University of California, Davis Health System Eye Center, Sacramento, CA 95817, USA.
J Glaucoma. 2012 Oct-Nov;21(8):523-9. doi: 10.1097/IJG.0b013e318227a565.
To determine the effect of conjunctival incision location on the long-term efficacy of nonvalved glaucoma drainage devices.
We conducted a retrospective review of patients ≥18 years of age with uncontrolled glaucoma [intraocular pressure (IOP) ≥18 mm Hg] who underwent glaucoma drainage device implantation. A comparison was made of a limbal-based (LB-BGI) versus fornix-based (FB-BGI) conjunctival flap during placement of a 350-mm Baerveldt glaucoma implant (AMO, Santa Ana, CA) in subjects with at least 1 year of follow-up data. The primary outcome measure was IOP; secondary outcome measures were medication burden, visual acuity, and surgical complications.

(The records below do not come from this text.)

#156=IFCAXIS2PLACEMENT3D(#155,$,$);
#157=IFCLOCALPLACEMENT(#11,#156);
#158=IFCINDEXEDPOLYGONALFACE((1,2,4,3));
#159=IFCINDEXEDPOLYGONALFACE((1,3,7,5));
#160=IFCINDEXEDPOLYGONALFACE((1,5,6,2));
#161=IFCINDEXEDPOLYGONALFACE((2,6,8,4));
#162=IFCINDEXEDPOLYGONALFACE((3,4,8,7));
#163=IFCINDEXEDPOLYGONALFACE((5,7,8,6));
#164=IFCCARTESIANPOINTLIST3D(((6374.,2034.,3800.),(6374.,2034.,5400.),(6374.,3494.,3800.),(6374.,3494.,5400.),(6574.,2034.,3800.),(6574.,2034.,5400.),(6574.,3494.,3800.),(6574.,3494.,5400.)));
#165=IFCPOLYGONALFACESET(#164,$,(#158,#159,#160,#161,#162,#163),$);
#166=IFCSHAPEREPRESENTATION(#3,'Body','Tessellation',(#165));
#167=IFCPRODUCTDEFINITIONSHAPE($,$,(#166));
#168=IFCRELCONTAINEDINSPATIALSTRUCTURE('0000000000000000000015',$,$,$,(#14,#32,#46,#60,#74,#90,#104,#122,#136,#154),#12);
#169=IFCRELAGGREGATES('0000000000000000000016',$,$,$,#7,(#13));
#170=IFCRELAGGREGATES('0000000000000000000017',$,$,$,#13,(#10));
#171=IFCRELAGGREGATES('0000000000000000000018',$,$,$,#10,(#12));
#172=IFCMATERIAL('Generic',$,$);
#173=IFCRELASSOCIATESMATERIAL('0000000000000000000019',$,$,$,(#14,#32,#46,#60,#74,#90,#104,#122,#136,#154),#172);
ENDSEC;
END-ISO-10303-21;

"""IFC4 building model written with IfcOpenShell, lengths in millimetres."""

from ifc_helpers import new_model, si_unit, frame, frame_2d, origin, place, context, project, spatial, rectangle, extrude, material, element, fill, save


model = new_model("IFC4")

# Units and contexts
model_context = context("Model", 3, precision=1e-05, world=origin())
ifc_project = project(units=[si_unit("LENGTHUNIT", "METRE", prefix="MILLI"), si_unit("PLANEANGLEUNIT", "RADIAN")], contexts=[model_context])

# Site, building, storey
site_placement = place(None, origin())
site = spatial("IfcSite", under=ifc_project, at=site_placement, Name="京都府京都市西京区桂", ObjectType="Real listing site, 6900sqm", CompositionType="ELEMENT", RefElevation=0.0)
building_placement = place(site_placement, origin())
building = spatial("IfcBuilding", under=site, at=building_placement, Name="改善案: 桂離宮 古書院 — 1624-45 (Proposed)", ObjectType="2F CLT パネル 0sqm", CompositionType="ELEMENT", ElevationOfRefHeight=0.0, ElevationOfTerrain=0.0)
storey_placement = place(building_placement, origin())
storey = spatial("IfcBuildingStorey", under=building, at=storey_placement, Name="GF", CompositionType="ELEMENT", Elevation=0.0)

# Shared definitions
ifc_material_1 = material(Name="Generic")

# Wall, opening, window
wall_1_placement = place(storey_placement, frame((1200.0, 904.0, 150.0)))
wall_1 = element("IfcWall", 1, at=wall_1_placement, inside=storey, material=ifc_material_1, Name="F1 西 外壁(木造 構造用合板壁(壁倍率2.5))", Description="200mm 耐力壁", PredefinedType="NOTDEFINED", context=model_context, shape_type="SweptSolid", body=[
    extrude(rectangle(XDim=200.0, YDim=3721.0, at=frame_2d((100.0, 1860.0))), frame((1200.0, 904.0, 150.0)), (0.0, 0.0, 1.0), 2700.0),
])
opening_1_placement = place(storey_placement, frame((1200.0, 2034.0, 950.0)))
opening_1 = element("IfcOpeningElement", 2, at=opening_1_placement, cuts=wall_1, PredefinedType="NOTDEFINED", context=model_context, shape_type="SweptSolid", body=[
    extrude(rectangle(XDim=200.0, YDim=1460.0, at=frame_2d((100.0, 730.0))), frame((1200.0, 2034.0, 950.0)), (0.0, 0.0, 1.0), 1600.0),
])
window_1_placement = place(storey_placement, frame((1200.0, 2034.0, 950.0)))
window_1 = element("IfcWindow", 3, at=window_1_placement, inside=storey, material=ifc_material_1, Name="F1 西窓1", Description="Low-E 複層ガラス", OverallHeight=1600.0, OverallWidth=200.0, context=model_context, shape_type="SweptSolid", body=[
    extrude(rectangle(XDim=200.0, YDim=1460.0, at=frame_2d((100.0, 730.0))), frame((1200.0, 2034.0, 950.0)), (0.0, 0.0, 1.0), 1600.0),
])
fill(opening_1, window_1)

One hundred sixty eyes of 147 glaucoma patients were included. Two years after surgery, the IOP in the LB-BGI group was 14.3±5.3 mm Hg and in the FB-BGI group 13.1±4.7 mm Hg (P=0.47). Overall success of IOP control was achieved at the final visit (range 1 to 5 y) in 90% of the LB-BGI group and 87% of the FB-BGI group (P=0.63). The medication burden of the 2 groups at 1 and 2 years after surgery was not statistically significantly different. Worsening of visual acuity by more than 2 lines was not statistically different between the groups 2 years after the surgery and at the final visit (P=0.47, P=0.60, respectively). A greater number of eyes developed endophthalmitis and were more likely to undergo subsequent tube revision in the FB-BGI group, but the differences were not significant.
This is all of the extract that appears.